The following was translated from the German publication Spiegel:

Ex-Lehman Bankers Getting Billions in Bonuses

The collapse of U.S. investment bank Lehman Brothers sparked the global financial crisis. But now, according to SPIEGEL information, 2,500 employees of the bankrupt company received billions in guaranteed bonuses from their new employer – ironically for the crisis years 2008 and 2009.

2,500 Ex-Lehman employees in Europe have collected guaranteed bonuses for the crisis years 2008 and 2009 amounting to two billion dollars. While the bankruptcy of their bank has caused the world financial crisis, they got on average about 400,000 dollars – per person, according to Spiegel.

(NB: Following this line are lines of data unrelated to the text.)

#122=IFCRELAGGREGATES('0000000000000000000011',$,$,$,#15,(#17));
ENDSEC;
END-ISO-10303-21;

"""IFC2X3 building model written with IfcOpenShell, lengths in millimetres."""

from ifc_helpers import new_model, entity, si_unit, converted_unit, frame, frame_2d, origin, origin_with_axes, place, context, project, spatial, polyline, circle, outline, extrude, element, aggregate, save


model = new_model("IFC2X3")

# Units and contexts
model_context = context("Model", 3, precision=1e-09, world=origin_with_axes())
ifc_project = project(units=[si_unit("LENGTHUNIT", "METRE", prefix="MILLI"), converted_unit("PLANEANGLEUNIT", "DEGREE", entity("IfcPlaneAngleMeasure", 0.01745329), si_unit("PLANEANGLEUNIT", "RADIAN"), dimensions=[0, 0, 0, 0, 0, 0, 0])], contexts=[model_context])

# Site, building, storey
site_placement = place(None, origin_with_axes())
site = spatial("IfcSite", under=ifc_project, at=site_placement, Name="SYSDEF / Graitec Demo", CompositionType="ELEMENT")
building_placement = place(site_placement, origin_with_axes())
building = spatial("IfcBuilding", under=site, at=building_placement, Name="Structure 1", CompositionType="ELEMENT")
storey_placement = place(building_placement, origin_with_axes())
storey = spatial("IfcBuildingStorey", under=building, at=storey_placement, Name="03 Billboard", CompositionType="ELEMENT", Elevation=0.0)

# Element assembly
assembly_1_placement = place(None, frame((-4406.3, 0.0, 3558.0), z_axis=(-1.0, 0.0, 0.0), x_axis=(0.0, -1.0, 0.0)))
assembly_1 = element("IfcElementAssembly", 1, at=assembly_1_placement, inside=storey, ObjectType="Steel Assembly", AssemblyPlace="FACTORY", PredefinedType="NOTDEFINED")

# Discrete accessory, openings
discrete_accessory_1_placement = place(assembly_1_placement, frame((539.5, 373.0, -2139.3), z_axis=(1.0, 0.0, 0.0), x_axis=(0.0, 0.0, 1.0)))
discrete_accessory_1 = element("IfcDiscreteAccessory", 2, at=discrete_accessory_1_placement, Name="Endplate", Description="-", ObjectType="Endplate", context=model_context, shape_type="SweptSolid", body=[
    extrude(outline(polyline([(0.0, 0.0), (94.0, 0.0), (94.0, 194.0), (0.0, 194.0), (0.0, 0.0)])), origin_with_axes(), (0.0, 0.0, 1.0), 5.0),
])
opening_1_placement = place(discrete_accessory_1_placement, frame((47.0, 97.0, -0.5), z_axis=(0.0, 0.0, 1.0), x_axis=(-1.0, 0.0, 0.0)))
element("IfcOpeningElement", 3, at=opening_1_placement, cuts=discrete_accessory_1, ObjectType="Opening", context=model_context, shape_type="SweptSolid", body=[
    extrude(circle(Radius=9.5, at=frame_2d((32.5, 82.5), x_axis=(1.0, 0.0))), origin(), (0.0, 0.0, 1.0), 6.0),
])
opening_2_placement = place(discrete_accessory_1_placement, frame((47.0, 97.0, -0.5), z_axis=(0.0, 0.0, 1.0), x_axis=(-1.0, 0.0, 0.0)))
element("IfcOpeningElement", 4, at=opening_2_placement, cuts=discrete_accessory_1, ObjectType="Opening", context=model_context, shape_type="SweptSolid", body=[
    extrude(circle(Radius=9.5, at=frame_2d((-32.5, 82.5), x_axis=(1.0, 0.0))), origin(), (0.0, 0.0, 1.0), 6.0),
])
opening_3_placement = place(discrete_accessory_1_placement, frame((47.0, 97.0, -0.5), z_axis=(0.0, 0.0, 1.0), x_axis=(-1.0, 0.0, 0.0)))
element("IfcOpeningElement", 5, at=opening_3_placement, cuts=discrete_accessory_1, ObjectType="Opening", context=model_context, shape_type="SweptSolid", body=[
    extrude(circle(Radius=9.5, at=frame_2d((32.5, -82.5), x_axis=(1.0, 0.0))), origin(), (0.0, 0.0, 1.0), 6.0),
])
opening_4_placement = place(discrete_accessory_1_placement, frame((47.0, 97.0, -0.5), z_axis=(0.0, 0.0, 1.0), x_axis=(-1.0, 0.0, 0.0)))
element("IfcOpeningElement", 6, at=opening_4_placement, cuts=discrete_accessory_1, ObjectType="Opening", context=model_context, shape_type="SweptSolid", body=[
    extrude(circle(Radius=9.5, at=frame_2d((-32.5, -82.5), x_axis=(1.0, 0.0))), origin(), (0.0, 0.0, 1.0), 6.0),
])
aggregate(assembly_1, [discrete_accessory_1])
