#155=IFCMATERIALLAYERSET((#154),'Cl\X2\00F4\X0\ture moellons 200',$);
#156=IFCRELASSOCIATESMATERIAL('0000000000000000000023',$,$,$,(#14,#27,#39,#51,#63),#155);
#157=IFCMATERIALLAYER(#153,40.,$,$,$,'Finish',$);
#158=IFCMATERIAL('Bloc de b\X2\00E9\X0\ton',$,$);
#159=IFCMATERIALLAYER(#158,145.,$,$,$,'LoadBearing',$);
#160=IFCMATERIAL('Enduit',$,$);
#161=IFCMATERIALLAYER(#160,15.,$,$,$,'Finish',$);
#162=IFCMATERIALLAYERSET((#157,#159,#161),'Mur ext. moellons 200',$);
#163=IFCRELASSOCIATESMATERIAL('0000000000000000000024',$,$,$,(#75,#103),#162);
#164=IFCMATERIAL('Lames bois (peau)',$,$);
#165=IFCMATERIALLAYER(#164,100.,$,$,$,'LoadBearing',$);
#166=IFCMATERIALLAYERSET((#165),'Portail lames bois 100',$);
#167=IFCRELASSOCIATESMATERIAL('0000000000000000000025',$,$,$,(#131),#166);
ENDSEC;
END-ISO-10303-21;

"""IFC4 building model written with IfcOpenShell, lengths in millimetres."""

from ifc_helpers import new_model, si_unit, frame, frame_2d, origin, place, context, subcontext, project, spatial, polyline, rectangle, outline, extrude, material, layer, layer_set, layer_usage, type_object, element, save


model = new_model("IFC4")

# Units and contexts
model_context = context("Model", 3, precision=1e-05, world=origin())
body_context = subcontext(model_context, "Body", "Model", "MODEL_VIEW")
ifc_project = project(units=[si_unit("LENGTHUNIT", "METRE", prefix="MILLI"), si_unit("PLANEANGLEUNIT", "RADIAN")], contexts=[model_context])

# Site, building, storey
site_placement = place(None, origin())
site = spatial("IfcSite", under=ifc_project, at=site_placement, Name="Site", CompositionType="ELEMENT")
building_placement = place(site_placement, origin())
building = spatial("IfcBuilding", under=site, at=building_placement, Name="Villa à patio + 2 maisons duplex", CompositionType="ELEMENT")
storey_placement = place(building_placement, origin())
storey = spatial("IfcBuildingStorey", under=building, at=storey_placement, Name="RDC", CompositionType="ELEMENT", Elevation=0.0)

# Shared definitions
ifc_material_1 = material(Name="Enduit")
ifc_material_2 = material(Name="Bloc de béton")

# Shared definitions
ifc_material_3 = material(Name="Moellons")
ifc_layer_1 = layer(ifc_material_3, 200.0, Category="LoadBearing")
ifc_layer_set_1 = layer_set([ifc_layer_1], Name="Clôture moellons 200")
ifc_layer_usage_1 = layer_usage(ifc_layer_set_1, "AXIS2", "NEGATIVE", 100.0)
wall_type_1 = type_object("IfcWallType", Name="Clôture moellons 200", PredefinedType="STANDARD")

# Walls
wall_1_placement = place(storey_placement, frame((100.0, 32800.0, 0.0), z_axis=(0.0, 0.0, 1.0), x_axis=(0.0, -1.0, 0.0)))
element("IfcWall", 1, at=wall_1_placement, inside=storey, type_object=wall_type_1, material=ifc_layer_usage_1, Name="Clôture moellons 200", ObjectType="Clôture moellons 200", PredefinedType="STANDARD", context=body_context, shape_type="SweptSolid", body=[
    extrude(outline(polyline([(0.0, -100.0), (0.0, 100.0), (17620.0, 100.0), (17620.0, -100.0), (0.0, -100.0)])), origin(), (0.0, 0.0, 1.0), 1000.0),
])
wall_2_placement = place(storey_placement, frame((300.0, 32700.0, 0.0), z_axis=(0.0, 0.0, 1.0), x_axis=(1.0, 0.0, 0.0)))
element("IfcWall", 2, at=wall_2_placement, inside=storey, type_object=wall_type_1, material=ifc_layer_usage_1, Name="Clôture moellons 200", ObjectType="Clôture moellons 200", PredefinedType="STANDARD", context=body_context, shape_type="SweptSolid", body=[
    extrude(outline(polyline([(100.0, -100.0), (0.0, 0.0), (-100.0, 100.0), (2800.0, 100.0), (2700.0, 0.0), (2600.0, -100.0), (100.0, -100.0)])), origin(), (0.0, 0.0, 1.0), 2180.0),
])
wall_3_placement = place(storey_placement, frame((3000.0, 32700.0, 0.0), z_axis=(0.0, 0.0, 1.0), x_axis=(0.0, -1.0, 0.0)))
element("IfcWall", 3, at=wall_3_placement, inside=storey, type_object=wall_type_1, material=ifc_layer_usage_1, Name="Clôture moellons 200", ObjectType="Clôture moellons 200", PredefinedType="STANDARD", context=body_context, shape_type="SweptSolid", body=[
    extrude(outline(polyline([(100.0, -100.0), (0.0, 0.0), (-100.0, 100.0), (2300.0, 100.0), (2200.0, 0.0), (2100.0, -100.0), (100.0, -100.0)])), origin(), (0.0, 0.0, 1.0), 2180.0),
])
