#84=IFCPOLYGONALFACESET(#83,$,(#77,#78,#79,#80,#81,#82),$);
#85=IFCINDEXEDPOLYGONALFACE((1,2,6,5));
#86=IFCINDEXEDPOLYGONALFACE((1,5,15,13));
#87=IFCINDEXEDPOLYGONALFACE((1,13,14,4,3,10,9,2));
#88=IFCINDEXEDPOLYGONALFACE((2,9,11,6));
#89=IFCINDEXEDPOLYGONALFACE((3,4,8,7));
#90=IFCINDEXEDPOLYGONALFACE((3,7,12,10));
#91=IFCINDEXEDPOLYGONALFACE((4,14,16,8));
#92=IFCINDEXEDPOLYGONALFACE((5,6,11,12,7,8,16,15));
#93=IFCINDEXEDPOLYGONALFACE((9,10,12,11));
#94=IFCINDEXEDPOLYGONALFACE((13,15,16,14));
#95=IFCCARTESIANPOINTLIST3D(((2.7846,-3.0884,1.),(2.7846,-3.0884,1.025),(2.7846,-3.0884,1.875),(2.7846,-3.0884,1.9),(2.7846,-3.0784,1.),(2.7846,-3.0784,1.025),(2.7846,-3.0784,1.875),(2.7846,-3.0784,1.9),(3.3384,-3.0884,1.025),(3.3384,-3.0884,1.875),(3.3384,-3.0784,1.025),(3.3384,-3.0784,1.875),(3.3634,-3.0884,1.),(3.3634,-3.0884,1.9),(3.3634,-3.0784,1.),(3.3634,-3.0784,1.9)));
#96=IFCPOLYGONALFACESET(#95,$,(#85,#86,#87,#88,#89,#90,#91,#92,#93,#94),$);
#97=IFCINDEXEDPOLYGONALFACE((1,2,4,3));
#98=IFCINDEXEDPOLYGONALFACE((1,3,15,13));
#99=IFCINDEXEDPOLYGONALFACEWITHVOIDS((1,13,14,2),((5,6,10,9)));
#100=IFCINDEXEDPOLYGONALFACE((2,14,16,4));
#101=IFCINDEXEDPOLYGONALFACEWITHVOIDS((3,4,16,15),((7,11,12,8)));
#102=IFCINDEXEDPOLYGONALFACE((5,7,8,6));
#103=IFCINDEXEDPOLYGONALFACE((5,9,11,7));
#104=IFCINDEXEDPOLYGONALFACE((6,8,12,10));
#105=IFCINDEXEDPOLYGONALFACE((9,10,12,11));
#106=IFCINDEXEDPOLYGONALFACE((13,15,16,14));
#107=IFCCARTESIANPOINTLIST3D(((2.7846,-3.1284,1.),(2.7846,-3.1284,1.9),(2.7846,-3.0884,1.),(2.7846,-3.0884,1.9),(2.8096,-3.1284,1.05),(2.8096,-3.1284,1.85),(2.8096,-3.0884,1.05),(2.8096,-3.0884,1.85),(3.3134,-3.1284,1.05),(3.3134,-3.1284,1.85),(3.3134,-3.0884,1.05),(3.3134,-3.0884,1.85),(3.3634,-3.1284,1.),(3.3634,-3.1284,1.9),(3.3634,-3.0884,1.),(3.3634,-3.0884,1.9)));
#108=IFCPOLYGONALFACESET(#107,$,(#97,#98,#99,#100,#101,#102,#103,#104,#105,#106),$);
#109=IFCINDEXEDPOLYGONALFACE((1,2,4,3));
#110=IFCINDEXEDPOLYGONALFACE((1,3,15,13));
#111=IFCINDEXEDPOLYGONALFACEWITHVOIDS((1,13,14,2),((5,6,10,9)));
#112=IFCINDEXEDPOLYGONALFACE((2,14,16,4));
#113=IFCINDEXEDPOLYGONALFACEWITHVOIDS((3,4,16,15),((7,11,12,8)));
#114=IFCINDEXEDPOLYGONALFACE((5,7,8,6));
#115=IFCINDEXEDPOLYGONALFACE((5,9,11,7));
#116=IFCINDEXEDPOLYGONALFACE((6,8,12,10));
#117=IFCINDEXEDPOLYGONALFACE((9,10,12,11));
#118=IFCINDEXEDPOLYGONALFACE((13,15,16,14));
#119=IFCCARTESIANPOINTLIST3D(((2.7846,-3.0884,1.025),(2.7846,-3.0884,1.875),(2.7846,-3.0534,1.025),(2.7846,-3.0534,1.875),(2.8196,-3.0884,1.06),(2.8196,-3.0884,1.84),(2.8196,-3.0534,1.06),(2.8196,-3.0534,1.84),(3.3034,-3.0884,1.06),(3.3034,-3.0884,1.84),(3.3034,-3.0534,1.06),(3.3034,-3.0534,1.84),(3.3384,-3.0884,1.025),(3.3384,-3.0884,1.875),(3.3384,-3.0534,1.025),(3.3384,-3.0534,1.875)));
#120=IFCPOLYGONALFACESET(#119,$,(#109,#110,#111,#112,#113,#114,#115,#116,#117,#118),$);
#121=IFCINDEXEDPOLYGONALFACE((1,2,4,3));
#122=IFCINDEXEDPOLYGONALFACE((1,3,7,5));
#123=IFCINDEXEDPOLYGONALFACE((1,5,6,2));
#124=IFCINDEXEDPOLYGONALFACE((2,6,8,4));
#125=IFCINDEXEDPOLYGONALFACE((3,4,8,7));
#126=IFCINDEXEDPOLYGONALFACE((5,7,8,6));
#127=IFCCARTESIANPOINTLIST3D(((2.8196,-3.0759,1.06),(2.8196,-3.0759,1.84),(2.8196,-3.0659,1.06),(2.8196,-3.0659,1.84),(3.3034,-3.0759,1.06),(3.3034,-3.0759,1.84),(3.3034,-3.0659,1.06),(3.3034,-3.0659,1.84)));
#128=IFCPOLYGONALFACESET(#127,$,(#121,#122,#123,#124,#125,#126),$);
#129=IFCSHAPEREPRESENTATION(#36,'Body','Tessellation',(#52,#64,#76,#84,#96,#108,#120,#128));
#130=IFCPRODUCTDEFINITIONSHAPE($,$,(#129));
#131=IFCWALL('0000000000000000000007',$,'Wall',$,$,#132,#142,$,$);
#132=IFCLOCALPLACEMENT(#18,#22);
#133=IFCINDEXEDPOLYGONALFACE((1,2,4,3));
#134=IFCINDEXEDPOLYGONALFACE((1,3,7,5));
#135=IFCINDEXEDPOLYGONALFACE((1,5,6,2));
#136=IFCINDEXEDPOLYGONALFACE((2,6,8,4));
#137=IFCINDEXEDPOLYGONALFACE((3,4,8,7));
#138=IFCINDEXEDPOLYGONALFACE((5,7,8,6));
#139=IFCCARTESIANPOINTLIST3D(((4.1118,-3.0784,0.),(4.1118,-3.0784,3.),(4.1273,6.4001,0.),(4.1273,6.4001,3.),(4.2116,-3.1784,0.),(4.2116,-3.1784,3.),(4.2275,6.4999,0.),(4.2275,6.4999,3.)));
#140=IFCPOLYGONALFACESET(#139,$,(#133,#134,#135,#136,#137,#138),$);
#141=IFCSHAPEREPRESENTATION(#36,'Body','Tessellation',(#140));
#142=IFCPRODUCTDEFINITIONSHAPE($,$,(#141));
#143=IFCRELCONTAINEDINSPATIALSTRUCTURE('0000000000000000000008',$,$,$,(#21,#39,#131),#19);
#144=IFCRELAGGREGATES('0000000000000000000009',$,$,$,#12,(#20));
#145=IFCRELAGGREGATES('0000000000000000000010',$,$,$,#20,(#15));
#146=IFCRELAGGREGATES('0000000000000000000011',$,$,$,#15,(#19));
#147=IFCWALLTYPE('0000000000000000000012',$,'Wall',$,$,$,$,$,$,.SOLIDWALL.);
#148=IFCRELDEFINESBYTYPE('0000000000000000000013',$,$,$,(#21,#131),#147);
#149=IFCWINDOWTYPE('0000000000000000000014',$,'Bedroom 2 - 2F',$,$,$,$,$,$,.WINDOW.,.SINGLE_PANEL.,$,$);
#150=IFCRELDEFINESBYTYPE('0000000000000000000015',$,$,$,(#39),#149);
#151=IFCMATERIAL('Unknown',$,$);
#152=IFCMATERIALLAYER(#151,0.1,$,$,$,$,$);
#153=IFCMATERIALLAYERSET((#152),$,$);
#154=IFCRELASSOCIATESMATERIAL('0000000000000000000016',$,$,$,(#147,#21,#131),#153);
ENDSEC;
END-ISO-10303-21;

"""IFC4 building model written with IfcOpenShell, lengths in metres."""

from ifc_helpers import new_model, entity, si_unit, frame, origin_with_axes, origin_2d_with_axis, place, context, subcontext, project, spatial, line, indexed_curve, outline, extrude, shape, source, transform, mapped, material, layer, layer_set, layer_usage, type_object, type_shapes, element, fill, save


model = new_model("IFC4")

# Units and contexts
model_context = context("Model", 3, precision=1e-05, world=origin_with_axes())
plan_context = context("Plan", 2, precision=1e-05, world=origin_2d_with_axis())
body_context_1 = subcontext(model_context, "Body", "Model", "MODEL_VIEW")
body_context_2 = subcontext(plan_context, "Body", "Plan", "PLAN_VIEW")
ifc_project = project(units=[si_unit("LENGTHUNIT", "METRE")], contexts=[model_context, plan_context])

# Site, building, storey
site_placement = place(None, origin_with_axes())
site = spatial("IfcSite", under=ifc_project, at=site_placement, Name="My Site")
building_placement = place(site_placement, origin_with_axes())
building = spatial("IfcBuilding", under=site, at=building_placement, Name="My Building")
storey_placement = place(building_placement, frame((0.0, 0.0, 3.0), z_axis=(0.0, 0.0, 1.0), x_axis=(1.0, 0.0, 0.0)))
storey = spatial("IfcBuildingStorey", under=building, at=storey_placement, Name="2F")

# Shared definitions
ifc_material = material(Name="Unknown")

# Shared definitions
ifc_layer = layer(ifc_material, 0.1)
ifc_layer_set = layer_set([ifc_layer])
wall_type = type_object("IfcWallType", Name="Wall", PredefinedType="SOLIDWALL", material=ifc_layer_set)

On 15 September 2008, the U.S. investment bank Lehman Brothers collapsed – and thus brought a devastating chain reaction. The global financial system was nearing collapse, the world suffered a property loss of at least 15 trillion U.S. dollars.

The bankers were taken over in October 2008 by the Japanese finance house Nomura, and persuaded to stay by guaranteeing them bonuses. Many guarantees only expire in March this year. Most London-based investment bankers are also not affected by the penalty tax by the British Government in the amount of 50 percent.

The guaranteed bonuses would be taxed as fixed income, was given as an explanation. Christian Meissner, the former European head of Lehman and now head of Nomura Europe, also sues the liqudator of his former employer for 17.3 million U.S. dollars which were promised to him in his four years at the U.S. bank but not yet disbursed.